Impact resistance is one of the most important properties
for a part designer to consider, and without question, the most difficult to
quantify. The impact resistance of a part is, in many applications, a critical
measure of service life. More importantly these days, it involves the
perplexing problem of product safety and liability.
2. The type of impact that will deliver that energy, and then
3. Select a material that will resist such assaults over the projected life span
Molded-in stresses, polymer orientation, weak spots (e.g. weld lines or gate areas), and part geometry will affect impact performance. Impact properties also change when additives, e.g. coloring agents, are added to plastics.
DUCTILE VS. BRITTLE
Most real world impacts are biaxial rather than unidirectional.

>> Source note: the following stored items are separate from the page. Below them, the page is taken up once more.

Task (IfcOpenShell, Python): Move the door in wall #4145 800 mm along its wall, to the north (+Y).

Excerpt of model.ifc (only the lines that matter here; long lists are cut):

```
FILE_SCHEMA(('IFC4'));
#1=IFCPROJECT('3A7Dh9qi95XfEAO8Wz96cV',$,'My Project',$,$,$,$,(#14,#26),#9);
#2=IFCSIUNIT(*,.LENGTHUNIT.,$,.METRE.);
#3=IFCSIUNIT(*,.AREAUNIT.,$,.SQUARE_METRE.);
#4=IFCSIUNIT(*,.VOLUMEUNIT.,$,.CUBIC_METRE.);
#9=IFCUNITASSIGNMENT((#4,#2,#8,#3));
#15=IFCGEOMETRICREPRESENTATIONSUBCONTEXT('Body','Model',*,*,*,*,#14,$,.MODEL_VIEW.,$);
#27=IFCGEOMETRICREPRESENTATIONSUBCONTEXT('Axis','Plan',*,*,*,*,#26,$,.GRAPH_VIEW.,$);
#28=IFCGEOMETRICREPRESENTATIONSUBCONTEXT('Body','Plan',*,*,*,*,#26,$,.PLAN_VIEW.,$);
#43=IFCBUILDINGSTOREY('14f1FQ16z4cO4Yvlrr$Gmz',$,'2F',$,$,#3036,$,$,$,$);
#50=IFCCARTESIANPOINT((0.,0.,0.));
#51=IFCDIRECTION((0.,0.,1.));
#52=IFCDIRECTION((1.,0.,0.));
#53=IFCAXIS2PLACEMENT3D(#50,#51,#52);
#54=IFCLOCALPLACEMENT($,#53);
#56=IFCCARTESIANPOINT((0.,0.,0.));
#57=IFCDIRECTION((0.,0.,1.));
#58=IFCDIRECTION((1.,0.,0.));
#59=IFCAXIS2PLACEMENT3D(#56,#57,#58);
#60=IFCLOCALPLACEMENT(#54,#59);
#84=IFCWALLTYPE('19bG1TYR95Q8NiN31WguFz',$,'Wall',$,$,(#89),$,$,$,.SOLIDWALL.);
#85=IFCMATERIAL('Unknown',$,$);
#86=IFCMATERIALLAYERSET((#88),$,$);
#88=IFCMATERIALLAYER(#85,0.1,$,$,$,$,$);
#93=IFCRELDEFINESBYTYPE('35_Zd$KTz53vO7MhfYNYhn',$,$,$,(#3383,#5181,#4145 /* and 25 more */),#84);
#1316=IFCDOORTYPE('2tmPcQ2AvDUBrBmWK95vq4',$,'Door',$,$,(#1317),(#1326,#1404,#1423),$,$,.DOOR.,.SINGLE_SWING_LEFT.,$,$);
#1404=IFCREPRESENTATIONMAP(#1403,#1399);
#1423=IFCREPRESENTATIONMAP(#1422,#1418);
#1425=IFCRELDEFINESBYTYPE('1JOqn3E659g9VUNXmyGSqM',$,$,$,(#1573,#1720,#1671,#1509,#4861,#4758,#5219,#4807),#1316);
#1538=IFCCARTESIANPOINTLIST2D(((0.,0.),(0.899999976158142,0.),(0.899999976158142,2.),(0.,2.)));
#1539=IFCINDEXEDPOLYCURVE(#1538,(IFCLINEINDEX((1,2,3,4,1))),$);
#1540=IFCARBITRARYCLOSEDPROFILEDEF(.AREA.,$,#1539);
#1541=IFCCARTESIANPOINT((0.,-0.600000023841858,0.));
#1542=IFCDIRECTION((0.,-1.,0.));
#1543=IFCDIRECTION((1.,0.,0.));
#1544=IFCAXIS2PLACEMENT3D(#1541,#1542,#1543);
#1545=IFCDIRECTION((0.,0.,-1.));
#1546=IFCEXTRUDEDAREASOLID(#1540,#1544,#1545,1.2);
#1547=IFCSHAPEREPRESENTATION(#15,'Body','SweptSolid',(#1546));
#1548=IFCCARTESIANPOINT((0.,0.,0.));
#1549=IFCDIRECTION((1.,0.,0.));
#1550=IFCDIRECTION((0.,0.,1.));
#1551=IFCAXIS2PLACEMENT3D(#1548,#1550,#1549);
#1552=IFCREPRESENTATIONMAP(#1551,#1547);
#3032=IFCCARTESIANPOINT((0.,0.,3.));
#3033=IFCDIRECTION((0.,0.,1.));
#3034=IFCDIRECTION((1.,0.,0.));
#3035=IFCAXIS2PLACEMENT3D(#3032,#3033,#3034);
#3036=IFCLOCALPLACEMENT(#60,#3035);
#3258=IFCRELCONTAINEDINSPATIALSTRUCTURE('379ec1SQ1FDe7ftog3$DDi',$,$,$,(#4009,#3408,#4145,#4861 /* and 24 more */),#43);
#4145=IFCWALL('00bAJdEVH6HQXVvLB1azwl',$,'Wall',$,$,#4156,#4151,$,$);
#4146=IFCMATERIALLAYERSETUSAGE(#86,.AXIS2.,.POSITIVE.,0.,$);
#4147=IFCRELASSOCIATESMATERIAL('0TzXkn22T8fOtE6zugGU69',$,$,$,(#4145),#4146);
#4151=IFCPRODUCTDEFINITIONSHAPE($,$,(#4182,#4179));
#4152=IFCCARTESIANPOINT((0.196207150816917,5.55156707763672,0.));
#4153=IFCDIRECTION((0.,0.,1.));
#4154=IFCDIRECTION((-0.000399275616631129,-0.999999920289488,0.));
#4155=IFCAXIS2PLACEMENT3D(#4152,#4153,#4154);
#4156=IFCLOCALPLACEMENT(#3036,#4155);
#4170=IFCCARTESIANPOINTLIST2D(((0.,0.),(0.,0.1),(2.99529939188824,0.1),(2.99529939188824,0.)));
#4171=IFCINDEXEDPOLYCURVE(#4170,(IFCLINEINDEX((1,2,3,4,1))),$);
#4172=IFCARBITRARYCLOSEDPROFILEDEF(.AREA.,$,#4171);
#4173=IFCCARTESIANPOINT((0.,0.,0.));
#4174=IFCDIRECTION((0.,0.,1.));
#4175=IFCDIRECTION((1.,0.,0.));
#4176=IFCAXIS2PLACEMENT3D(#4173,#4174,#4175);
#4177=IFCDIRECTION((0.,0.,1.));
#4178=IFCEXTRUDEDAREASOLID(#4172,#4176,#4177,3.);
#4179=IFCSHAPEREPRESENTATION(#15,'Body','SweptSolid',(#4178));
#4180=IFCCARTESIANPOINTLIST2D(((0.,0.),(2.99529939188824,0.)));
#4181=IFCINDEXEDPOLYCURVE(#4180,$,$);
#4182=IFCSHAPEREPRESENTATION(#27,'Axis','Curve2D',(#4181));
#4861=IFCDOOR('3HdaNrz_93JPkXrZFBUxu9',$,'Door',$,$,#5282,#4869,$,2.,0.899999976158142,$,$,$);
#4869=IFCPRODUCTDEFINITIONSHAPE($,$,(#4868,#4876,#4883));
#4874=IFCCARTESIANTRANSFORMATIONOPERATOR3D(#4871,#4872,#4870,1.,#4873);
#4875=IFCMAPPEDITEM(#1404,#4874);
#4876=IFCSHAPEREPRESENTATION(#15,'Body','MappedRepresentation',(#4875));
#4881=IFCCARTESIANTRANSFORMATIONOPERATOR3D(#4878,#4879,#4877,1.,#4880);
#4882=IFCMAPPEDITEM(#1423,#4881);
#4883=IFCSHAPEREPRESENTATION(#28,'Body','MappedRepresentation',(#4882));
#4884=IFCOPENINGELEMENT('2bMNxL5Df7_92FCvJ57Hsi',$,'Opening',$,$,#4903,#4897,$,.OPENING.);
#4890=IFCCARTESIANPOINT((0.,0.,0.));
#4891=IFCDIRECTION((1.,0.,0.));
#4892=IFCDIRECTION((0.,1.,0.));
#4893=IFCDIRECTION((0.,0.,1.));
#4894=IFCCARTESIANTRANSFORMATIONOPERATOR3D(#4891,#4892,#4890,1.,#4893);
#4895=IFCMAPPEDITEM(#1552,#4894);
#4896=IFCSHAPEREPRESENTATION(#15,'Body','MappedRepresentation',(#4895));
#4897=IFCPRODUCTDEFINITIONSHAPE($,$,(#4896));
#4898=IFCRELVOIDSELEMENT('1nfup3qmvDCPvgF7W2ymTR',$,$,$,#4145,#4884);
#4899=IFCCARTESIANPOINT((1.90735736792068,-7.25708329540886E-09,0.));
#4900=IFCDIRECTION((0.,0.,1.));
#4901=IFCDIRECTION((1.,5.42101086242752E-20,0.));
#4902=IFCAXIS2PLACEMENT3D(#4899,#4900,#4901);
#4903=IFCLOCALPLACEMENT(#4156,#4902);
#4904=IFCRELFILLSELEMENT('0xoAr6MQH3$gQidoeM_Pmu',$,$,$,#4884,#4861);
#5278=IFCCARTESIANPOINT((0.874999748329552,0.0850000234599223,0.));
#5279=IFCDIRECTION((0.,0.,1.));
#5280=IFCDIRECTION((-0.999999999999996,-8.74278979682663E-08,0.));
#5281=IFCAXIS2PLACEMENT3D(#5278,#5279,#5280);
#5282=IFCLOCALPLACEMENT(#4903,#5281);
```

```python
import ifcopenshell
import ifcopenshell.api.geometry
import ifcopenshell.util.placement
import ifcopenshell.util.unit

model = ifcopenshell.open("model.ifc")
unit_scale = ifcopenshell.util.unit.calculate_unit_scale(model)

door = model.by_id(4861)
opening = door.FillsVoids[0].RelatingOpeningElement
wall = opening.VoidsElements[0].RelatingBuildingElement

wall_matrix = ifcopenshell.util.placement.get_local_placement(wall.ObjectPlacement)
shift = wall_matrix[:3, 0] * -0.8 / unit_scale
before = ifcopenshell.util.placement.get_local_placement(door.ObjectPlacement)[:3, 3].copy()

# The door is placed relative to its opening, so it follows when the opening moves.
matrix = ifcopenshell.util.placement.get_local_placement(opening.ObjectPlacement)
matrix[:3, 3] += shift
ifcopenshell.api.geometry.edit_object_placement(
    model, product=opening, matrix=matrix, is_si=False, should_transform_children=True
)

after = ifcopenshell.util.placement.get_local_placement(door.ObjectPlacement)[:3, 3]
print("door moved by", (after - before).round(3) + 0.0)

model.write("model-out.ifc")
```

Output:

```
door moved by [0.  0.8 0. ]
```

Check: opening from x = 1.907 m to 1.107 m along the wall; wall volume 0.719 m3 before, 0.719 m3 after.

Further complication is offered by the choice of failure modes: ductile or brittle. Brittle materials take little energy to start a crack, little more to propagate it to a shattering climax. Other materials possess ductility to varying degrees. Highly ductile materials fail by puncture in drop weight testing and require a high energy load to initiate and propagate the crack.
Many materials are capable of either ductile or brittle failure, depending upon the type of test and rate and temperature conditions. They possess a ductile/brittle transition that actually shifts according to these variables.